Could you please find each line in the records that contains the word "Fenster" and copy it?

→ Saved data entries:
------------------------------
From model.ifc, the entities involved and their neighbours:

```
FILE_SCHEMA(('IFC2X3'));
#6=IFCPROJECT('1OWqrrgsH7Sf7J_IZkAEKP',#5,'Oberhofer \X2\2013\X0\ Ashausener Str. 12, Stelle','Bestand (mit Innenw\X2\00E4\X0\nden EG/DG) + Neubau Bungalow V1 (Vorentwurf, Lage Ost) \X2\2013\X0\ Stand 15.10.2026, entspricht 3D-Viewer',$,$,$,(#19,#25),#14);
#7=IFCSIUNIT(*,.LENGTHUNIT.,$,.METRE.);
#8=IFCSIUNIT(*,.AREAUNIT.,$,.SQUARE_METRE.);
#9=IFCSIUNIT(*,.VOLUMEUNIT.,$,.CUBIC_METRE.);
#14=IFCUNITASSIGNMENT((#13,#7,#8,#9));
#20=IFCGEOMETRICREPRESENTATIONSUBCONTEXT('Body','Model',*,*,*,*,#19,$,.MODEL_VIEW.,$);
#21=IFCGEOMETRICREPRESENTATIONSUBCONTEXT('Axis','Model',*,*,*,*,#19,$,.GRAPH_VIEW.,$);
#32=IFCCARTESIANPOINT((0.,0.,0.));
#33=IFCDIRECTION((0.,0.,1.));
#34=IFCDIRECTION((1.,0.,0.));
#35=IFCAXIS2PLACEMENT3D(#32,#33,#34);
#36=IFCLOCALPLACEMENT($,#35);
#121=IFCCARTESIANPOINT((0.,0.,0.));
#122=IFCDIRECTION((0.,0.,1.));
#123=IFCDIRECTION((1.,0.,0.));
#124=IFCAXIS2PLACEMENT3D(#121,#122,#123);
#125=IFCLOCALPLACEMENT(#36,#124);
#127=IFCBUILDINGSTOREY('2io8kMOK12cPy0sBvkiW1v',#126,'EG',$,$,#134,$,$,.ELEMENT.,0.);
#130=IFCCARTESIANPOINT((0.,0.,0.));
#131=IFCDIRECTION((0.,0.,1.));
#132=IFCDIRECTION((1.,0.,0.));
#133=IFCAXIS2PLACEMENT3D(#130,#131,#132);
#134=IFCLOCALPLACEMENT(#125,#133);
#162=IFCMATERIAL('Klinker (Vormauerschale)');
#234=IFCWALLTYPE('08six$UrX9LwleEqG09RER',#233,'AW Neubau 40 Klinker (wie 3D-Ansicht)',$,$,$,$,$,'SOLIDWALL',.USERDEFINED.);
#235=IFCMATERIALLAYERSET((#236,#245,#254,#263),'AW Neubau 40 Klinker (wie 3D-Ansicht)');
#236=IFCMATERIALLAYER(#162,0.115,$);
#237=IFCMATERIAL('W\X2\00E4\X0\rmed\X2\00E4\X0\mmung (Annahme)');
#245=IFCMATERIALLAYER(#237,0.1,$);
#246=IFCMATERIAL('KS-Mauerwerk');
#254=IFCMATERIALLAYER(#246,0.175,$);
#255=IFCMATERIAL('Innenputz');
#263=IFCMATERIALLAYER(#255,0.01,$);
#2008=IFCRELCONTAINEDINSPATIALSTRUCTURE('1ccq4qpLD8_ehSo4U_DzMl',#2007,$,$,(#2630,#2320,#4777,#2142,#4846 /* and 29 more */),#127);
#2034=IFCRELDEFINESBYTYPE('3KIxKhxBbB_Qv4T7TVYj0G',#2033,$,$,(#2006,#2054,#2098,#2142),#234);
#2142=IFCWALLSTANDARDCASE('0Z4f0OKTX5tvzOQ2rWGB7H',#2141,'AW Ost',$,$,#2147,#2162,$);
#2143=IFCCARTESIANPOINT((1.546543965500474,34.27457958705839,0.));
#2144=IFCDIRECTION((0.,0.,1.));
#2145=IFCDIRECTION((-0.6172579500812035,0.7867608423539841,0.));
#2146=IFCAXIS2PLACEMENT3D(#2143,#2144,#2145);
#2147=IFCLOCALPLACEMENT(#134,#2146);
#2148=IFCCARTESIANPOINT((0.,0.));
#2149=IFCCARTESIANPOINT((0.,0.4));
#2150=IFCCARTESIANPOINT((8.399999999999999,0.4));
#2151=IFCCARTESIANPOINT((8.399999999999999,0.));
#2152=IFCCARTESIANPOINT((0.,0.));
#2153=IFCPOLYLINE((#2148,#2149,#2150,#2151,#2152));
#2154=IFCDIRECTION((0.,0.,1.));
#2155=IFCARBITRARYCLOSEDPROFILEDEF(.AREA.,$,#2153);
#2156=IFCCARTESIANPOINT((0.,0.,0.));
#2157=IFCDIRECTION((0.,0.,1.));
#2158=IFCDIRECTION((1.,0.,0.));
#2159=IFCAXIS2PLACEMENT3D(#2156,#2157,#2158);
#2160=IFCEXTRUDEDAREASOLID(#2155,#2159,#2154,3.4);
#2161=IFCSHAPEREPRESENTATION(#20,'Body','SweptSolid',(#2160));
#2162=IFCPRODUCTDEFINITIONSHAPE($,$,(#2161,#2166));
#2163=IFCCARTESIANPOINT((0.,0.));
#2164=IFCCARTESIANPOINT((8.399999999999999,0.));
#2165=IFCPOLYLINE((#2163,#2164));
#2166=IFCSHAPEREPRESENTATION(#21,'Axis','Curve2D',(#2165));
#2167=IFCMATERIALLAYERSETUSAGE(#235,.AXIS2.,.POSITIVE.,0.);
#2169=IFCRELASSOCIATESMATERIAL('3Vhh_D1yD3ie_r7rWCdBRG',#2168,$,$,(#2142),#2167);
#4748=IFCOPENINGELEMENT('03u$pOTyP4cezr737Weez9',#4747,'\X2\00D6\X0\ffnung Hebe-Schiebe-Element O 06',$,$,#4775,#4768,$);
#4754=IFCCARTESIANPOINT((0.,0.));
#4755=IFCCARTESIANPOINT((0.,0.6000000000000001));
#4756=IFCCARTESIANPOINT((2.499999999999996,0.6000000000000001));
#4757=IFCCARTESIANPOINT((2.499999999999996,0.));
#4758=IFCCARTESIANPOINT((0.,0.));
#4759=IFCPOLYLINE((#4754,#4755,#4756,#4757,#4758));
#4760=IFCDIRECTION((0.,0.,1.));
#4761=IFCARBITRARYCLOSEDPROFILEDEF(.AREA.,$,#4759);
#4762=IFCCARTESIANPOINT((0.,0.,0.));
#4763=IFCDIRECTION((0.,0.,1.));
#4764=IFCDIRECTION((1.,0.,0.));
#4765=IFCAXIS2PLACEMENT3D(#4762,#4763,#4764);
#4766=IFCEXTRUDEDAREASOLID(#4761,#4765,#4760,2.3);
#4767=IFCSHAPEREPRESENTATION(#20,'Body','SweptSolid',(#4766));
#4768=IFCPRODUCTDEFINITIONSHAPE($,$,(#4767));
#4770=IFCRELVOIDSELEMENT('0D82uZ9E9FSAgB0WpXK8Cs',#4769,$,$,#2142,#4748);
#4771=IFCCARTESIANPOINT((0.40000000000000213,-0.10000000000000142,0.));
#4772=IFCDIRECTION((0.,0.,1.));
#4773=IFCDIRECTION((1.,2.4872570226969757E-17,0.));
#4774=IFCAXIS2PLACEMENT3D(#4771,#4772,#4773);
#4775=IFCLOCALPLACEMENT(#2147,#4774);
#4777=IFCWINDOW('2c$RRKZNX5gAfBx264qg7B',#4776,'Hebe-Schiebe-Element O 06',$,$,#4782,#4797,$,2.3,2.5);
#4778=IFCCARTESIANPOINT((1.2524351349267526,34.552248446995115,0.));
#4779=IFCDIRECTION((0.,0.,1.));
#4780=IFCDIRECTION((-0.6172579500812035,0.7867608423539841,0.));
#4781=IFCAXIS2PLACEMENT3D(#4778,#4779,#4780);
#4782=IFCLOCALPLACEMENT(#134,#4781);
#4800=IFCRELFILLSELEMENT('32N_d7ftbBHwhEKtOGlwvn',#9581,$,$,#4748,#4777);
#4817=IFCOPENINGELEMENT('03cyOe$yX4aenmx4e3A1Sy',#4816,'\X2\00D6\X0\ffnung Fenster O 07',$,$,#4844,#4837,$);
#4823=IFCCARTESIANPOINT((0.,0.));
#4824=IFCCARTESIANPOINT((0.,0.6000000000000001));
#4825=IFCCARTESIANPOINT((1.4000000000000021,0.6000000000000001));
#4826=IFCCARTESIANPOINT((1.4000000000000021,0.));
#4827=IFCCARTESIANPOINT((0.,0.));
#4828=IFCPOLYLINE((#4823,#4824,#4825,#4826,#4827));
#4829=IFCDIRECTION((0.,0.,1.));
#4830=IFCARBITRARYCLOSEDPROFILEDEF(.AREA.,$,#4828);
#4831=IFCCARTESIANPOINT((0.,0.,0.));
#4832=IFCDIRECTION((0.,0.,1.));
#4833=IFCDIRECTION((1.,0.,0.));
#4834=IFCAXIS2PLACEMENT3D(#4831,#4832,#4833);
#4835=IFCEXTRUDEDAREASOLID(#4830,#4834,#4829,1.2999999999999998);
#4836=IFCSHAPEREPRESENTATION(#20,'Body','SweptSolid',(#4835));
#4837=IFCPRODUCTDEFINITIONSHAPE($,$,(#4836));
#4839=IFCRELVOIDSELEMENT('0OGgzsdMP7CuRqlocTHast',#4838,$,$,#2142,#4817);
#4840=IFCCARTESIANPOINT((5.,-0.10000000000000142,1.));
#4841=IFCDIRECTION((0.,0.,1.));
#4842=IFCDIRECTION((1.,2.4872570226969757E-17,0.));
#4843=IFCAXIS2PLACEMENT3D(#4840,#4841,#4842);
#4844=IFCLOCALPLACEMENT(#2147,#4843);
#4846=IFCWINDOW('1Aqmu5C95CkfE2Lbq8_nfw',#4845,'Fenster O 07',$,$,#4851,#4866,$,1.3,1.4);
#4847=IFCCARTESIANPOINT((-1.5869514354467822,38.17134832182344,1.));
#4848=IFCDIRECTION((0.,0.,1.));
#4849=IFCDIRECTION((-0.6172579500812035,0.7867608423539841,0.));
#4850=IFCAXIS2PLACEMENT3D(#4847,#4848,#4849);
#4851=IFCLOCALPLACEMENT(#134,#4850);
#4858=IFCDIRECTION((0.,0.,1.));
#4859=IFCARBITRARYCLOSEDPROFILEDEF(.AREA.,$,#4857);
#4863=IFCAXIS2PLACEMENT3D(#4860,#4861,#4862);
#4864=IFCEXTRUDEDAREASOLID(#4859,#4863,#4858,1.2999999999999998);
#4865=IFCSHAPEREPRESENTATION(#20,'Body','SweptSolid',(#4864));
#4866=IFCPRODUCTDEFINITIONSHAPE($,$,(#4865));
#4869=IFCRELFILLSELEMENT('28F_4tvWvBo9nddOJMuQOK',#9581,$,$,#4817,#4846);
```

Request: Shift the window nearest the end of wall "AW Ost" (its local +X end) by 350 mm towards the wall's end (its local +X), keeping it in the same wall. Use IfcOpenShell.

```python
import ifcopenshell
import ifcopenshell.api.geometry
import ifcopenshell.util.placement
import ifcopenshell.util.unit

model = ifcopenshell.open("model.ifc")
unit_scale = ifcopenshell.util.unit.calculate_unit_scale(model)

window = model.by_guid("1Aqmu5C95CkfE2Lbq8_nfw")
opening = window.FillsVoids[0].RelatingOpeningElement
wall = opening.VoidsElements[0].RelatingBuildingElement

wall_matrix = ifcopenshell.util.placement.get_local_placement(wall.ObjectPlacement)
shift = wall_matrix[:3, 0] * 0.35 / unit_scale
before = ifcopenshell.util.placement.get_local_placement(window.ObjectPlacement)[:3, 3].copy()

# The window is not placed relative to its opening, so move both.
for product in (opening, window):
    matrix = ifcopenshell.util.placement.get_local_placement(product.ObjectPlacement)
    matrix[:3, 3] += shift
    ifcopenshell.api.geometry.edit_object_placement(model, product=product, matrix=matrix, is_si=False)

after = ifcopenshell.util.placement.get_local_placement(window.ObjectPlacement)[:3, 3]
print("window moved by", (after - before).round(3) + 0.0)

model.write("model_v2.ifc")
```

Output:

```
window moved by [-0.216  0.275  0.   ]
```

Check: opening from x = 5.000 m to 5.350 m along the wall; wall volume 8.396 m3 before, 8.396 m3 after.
------------------------------
→ WRITTEN ANSWER:
#4817=IFCOPENINGELEMENT('03cyOe$yX4aenmx4e3A1Sy',#4816,'\X2\00D6\X0\ffnung Fenster O 07',$,$,#4844,#4837,$);
#4846=IFCWINDOW('1Aqmu5C95CkfE2Lbq8_nfw',#4845,'Fenster O 07',$,$,#4851,#4866,$,1.3,1.4);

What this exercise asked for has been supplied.